• **Data records**

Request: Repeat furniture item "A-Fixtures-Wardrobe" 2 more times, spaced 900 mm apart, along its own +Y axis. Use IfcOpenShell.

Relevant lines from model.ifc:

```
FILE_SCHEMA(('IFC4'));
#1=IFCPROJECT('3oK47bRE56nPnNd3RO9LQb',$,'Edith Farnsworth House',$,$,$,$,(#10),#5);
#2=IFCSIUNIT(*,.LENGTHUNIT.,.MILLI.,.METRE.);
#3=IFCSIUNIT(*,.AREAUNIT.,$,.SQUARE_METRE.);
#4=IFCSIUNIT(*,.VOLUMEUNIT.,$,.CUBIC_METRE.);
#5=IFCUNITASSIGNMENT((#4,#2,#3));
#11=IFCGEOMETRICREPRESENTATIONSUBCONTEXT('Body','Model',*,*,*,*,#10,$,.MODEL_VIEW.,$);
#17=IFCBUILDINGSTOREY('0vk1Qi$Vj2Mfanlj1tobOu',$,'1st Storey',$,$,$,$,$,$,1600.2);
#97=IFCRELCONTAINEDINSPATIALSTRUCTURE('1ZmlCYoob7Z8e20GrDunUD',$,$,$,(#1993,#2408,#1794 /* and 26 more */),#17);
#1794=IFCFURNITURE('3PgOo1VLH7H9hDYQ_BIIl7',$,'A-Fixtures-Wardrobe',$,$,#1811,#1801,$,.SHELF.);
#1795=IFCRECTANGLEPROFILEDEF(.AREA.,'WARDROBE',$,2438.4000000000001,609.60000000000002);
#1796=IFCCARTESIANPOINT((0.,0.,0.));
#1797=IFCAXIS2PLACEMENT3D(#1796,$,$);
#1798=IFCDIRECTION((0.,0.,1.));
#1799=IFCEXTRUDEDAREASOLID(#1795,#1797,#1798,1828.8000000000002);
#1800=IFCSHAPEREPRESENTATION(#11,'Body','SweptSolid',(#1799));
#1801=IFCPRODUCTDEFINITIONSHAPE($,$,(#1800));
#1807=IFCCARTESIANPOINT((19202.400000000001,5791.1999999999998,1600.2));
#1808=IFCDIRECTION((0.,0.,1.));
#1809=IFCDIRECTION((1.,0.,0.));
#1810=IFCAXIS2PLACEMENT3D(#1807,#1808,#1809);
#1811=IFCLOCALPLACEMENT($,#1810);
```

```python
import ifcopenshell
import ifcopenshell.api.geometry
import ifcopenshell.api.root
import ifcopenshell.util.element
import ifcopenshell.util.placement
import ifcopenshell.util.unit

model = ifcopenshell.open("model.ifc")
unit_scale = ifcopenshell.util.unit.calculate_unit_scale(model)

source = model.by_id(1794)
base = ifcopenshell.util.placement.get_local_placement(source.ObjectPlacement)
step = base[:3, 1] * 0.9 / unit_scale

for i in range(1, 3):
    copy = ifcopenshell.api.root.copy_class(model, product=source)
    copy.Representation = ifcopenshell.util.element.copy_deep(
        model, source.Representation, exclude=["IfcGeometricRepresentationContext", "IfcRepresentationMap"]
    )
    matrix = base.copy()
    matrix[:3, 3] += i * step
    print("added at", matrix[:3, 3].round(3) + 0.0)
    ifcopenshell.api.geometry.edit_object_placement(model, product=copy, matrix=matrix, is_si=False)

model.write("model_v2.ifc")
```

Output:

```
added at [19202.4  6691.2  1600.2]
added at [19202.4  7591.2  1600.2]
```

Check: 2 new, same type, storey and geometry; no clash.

• **What is being asked**
Could every entry be given again exactly, with no line skipped?

• **Task response**
Request: Repeat furniture item "A-Fixtures-Wardrobe" 2 more times, spaced 900 mm apart, along its own +Y axis. Use IfcOpenShell.

Relevant lines from model.ifc:

```
FILE_SCHEMA(('IFC4'));
#1=IFCPROJECT('3oK47bRE56nPnNd3RO9LQb',$,'Edith Farnsworth House',$,$,$,$,(#10),#5);
#2=IFCSIUNIT(*,.LENGTHUNIT.,.MILLI.,.METRE.);
#3=IFCSIUNIT(*,.AREAUNIT.,$,.SQUARE_METRE.);
#4=IFCSIUNIT(*,.VOLUMEUNIT.,$,.CUBIC_METRE.);
#5=IFCUNITASSIGNMENT((#4,#2,#3));
#11=IFCGEOMETRICREPRESENTATIONSUBCONTEXT('Body','Model',*,*,*,*,#10,$,.MODEL_VIEW.,$);
#17=IFCBUILDINGSTOREY('0vk1Qi$Vj2Mfanlj1tobOu',$,'1st Storey',$,$,$,$,$,$,1600.2);
#97=IFCRELCONTAINEDINSPATIALSTRUCTURE('1ZmlCYoob7Z8e20GrDunUD',$,$,$,(#1993,#2408,#1794 /* and 26 more */),#17);
#1794=IFCFURNITURE('3PgOo1VLH7H9hDYQ_BIIl7',$,'A-Fixtures-Wardrobe',$,$,#1811,#1801,$,.SHELF.);
#1795=IFCRECTANGLEPROFILEDEF(.AREA.,'WARDROBE',$,2438.4000000000001,609.60000000000002);
#1796=IFCCARTESIANPOINT((0.,0.,0.));
#1797=IFCAXIS2PLACEMENT3D(#1796,$,$);
#1798=IFCDIRECTION((0.,0.,1.));
#1799=IFCEXTRUDEDAREASOLID(#1795,#1797,#1798,1828.8000000000002);
#1800=IFCSHAPEREPRESENTATION(#11,'Body','SweptSolid',(#1799));
#1801=IFCPRODUCTDEFINITIONSHAPE($,$,(#1800));
#1807=IFCCARTESIANPOINT((19202.400000000001,5791.1999999999998,1600.2));
#1808=IFCDIRECTION((0.,0.,1.));
#1809=IFCDIRECTION((1.,0.,0.));
#1810=IFCAXIS2PLACEMENT3D(#1807,#1808,#1809);
#1811=IFCLOCALPLACEMENT($,#1810);
```

```python
import ifcopenshell
import ifcopenshell.api.geometry
import ifcopenshell.api.root
import ifcopenshell.util.element
import ifcopenshell.util.placement
import ifcopenshell.util.unit

model = ifcopenshell.open("model.ifc")
unit_scale = ifcopenshell.util.unit.calculate_unit_scale(model)

source = model.by_id(1794)
base = ifcopenshell.util.placement.get_local_placement(source.ObjectPlacement)
step = base[:3, 1] * 0.9 / unit_scale

for i in range(1, 3):
    copy = ifcopenshell.api.root.copy_class(model, product=source)
    copy.Representation = ifcopenshell.util.element.copy_deep(
        model, source.Representation, exclude=["IfcGeometricRepresentationContext", "IfcRepresentationMap"]
    )
    matrix = base.copy()
    matrix[:3, 3] += i * step
    print("added at", matrix[:3, 3].round(3) + 0.0)
    ifcopenshell.api.geometry.edit_object_placement(model, product=copy, matrix=matrix, is_si=False)

model.write("model_v2.ifc")
```

Output:

```
added at [19202.4  6691.2  1600.2]
added at [19202.4  7591.2  1600.2]
```

Check: 2 new, same type, storey and geometry; no clash.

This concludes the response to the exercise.